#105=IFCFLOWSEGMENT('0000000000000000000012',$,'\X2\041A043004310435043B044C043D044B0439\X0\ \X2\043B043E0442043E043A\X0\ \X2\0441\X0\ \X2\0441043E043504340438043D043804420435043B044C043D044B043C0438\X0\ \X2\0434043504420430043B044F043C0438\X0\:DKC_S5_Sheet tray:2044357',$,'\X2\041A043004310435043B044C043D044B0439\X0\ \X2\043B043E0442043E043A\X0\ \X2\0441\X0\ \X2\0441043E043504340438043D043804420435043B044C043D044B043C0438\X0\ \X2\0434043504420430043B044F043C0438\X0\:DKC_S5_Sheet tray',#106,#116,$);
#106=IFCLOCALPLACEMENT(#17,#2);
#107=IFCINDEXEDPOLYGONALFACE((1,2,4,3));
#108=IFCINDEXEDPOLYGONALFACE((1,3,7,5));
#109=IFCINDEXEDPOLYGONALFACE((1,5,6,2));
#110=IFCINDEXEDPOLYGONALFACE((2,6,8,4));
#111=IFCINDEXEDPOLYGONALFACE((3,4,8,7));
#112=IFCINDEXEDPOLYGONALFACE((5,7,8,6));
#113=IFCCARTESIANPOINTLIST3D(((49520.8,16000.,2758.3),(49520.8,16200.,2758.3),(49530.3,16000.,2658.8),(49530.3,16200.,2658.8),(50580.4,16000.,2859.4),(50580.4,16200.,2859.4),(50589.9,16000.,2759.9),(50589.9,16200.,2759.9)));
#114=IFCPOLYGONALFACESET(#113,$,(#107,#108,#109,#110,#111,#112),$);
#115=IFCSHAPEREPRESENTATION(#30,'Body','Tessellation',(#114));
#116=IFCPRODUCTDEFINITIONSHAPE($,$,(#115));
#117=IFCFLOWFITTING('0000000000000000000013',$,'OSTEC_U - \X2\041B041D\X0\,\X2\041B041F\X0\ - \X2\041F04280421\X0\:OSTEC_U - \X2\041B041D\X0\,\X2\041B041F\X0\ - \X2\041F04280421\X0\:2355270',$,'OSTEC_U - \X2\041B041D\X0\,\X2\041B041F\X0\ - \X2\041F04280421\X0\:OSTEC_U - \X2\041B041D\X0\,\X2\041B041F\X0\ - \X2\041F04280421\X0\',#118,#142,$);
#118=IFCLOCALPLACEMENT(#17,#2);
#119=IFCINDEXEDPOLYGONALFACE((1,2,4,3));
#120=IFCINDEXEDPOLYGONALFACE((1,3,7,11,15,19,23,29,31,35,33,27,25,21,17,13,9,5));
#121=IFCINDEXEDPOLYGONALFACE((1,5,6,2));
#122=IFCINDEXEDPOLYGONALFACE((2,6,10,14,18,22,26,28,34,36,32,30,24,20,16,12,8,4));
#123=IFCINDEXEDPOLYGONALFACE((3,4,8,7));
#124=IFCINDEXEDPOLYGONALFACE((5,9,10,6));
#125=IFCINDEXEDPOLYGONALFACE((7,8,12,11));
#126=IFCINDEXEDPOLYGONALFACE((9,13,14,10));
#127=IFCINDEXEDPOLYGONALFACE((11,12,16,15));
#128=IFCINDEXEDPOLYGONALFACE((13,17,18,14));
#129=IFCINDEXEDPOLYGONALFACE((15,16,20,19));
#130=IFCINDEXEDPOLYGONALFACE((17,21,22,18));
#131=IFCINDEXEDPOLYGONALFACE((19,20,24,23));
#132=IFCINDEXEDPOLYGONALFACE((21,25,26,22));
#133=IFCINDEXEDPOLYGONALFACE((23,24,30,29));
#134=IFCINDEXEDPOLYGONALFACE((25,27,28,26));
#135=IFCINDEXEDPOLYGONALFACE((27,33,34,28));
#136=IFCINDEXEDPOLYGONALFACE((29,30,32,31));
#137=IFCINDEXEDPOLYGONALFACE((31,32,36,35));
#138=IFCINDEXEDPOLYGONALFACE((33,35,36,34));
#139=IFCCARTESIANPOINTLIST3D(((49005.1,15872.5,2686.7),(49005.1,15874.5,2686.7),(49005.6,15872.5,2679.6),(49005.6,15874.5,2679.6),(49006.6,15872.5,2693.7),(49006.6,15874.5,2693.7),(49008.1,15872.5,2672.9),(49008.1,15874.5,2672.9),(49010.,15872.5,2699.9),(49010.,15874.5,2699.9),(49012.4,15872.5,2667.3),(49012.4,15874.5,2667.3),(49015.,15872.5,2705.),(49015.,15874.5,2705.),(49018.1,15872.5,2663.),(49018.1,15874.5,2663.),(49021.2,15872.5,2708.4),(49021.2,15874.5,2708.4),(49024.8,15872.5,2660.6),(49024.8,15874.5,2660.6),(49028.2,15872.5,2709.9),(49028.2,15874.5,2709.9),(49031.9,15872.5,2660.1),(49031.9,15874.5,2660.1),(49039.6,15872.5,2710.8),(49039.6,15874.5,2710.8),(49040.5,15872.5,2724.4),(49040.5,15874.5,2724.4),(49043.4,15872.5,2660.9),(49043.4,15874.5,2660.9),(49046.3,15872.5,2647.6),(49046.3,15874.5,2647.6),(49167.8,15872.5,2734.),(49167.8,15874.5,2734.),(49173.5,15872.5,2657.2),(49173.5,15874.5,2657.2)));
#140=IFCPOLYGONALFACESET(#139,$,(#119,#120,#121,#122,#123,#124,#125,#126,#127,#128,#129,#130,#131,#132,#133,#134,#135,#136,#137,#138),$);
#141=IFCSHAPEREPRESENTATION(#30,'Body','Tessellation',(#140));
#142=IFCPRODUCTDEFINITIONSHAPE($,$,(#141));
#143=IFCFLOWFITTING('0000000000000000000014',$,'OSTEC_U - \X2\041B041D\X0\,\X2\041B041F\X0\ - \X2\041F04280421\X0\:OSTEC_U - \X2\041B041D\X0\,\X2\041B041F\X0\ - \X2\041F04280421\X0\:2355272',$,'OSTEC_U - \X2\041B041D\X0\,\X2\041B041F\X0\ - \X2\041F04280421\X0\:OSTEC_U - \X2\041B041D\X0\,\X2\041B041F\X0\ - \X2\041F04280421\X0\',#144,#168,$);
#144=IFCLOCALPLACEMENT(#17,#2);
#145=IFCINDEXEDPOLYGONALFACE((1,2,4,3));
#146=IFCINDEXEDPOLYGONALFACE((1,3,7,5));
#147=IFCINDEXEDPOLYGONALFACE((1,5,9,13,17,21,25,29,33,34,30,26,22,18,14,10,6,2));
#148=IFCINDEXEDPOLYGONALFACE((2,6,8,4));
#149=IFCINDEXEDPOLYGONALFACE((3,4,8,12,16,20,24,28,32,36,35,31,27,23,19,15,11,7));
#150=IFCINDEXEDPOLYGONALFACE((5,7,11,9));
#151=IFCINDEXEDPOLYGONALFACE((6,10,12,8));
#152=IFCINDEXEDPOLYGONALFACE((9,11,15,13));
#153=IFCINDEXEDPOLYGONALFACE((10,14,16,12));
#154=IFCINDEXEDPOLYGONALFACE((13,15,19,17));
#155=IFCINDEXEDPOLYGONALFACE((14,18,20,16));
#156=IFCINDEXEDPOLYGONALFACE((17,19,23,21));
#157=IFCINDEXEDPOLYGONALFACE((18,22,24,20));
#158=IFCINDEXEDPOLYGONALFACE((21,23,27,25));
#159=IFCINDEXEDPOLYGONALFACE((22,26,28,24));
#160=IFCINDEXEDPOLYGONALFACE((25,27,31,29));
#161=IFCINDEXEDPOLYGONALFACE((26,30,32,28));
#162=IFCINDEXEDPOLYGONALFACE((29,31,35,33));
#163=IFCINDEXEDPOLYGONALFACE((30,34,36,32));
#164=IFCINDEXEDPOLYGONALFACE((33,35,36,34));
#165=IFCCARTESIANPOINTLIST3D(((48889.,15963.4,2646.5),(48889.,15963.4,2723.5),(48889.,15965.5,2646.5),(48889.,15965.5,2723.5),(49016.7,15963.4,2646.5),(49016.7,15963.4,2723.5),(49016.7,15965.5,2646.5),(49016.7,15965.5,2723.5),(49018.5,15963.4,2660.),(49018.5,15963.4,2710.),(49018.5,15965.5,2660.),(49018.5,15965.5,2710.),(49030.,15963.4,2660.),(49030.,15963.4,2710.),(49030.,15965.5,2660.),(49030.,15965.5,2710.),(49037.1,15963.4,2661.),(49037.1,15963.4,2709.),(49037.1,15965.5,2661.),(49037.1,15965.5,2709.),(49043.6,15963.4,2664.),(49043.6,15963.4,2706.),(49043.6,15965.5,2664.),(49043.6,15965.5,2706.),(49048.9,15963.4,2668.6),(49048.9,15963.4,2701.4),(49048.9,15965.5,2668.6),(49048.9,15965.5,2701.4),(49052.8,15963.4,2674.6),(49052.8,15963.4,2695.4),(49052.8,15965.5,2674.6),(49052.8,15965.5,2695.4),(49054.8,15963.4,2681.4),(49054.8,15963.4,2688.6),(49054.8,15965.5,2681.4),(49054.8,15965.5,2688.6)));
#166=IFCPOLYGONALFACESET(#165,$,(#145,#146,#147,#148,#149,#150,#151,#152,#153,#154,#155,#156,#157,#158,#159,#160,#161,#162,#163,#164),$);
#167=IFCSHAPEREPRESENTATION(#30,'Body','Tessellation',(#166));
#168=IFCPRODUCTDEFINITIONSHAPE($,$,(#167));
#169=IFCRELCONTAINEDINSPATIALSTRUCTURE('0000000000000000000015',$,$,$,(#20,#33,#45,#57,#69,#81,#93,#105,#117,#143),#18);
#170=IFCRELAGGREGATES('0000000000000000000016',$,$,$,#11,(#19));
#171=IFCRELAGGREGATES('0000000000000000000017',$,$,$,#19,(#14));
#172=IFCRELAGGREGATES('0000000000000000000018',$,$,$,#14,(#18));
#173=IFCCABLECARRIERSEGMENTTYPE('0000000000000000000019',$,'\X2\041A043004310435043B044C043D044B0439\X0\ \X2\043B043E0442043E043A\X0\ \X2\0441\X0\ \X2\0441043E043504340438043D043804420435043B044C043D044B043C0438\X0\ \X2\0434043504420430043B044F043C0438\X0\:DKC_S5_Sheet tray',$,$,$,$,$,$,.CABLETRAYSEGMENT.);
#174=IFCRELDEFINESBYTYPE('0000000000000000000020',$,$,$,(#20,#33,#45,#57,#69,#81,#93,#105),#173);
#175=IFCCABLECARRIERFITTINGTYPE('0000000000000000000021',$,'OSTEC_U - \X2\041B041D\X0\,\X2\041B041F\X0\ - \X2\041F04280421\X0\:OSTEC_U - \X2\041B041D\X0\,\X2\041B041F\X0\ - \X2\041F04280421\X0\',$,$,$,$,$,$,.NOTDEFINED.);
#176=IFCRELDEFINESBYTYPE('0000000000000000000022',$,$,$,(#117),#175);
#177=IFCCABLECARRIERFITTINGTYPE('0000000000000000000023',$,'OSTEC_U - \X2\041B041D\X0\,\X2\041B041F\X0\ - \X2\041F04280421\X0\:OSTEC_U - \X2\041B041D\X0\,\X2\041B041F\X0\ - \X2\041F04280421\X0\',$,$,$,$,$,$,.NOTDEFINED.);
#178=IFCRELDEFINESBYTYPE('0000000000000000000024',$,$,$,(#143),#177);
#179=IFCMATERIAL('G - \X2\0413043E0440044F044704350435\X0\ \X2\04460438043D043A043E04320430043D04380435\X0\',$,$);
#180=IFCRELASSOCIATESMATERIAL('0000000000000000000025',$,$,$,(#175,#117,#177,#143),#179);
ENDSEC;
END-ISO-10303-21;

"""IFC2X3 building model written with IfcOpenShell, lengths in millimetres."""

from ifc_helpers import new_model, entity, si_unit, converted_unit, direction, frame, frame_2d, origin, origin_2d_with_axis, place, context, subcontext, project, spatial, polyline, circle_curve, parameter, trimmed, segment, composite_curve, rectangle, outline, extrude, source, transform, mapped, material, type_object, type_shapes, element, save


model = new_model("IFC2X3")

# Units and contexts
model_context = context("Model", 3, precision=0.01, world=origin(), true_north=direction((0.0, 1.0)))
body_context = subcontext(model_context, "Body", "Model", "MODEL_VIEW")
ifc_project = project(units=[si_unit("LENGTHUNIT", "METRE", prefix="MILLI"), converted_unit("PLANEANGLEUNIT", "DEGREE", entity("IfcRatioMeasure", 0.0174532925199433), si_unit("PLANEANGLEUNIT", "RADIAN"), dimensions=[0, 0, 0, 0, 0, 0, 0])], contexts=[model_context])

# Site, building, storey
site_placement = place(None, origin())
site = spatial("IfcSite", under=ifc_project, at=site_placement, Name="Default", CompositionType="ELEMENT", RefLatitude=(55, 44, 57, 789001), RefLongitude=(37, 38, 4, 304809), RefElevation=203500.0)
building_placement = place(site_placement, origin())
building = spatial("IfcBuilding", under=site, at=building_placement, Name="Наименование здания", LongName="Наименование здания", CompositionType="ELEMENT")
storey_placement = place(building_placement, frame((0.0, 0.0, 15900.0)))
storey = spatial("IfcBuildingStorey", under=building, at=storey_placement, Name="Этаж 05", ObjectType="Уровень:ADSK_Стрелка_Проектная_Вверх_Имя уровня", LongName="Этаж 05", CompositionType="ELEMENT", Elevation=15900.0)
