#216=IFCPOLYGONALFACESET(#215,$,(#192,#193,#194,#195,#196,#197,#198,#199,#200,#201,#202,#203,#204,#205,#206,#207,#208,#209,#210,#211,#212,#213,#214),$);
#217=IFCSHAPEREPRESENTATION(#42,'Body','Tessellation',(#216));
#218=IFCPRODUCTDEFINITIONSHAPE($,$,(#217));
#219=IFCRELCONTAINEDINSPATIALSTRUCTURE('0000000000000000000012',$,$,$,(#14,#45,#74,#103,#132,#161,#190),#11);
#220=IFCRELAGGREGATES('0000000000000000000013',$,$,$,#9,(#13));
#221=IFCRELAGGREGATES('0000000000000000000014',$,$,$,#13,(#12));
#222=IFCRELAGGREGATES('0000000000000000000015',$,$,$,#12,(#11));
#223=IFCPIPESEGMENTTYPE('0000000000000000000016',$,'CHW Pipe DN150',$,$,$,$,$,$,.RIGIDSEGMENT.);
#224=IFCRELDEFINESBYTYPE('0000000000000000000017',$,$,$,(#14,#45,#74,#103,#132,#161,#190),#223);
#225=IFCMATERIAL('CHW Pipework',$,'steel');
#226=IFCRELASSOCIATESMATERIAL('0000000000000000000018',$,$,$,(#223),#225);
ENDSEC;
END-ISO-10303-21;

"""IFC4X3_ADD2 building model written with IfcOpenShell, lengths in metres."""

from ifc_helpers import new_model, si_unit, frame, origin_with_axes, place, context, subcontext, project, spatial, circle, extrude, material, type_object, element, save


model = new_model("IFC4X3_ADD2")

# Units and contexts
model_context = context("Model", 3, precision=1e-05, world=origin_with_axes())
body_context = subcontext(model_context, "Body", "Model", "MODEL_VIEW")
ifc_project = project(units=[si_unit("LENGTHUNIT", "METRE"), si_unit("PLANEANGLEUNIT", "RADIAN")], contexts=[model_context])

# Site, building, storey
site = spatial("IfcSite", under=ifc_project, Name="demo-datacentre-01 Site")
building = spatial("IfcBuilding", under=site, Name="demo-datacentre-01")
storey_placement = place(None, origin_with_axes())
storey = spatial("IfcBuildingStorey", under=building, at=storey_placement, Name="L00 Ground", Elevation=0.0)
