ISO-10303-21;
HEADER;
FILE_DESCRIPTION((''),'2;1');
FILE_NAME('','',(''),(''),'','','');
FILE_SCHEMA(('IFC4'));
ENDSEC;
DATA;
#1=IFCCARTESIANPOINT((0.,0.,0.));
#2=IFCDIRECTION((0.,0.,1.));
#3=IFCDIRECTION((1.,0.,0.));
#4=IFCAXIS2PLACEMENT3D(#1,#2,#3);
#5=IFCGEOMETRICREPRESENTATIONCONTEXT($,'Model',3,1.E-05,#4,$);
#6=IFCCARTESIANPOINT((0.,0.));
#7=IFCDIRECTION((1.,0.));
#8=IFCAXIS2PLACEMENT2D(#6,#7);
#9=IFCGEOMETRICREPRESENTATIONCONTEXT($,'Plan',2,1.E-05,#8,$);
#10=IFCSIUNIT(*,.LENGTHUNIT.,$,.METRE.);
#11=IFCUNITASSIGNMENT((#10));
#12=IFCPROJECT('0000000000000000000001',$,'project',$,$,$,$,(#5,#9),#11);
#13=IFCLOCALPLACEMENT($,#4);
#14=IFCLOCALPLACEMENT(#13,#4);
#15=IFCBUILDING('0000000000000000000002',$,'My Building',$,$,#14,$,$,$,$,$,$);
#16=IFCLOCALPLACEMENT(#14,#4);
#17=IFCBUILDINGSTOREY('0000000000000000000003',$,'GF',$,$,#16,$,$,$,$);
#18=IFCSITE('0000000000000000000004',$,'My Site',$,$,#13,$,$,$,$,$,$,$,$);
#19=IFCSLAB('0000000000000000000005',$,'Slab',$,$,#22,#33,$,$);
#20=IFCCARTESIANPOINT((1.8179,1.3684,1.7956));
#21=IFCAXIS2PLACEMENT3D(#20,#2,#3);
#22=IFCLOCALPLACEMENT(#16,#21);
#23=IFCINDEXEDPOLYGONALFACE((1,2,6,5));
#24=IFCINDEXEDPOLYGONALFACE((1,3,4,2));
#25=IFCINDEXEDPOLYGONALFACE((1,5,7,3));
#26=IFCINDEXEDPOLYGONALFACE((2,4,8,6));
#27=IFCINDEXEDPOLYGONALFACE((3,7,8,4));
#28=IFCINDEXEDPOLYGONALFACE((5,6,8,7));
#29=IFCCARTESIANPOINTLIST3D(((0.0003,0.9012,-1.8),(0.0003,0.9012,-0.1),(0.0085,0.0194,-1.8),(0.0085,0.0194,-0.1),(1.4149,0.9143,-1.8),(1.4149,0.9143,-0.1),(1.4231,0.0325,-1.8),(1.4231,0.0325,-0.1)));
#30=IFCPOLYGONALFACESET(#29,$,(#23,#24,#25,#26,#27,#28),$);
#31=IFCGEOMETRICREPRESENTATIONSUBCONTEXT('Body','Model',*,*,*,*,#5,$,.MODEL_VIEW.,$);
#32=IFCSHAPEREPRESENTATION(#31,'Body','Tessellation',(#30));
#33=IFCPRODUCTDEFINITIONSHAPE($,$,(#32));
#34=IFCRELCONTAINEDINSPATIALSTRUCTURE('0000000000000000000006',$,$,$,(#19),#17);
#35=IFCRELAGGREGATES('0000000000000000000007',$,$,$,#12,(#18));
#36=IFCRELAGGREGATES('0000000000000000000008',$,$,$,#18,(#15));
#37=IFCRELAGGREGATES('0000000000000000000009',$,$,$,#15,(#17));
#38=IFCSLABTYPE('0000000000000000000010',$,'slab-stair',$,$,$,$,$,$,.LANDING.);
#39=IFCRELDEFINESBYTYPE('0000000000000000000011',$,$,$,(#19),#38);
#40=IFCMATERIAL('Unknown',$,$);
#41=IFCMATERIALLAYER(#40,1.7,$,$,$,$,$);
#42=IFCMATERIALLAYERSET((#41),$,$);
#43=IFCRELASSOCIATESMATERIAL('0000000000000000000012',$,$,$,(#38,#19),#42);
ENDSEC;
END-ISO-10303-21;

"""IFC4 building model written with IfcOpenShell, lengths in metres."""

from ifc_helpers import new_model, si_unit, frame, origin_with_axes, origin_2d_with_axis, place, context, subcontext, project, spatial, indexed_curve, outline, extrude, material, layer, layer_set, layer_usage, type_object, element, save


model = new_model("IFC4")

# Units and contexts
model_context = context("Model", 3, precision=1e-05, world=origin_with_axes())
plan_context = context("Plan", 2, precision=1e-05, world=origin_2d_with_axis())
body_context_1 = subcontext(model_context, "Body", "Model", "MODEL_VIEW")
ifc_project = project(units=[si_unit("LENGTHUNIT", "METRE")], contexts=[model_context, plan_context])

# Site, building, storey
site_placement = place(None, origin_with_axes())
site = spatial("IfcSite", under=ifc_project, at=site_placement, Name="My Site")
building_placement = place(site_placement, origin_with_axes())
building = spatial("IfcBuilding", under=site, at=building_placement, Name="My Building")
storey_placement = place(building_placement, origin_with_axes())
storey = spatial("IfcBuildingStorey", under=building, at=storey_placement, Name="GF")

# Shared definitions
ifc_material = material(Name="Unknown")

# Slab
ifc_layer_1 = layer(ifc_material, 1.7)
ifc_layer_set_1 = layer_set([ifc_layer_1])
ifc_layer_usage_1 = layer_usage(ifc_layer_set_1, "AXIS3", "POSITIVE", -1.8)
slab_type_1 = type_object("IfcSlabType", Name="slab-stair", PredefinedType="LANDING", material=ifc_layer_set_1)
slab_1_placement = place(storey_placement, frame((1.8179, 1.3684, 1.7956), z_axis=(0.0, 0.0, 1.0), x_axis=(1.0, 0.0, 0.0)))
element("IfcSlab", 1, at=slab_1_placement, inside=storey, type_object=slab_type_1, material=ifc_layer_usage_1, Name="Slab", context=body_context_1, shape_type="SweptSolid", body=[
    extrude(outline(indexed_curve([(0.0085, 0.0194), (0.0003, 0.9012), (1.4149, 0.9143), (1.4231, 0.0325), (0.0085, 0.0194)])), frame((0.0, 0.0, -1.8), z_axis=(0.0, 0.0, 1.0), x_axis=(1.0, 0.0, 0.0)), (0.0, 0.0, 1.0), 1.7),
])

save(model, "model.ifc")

━━━━━━

● **DESCRIPTION OF THE TASK**:
Lines with the word "IFCPOLYGONALFACESET" in them should be copied from the preceding records.

● **ANSWER BELOW**:
#114=IFCPOLYGONALFACESET(#113,$,(#107,#108,#109,#110,#111,#112),$);
#140=IFCPOLYGONALFACESET(#139,$,(#119,#120,#121,#122,#123,#124,#125,#126,#127,#128,#129,#130,#131,#132,#133,#134,#135,#136,#137,#138),$);
#166=IFCPOLYGONALFACESET(#165,$,(#145,#146,#147,#148,#149,#150,#151,#152,#153,#154,#155,#156,#157,#158,#159,#160,#161,#162,#163,#164),$);
#216=IFCPOLYGONALFACESET(#215,$,(#192,#193,#194,#195,#196,#197,#198,#199,#200,#201,#202,#203,#204,#205,#206,#207,#208,#209,#210,#211,#212,#213,#214),$);
#30=IFCPOLYGONALFACESET(#29,$,(#23,#24,#25,#26,#27,#28),$);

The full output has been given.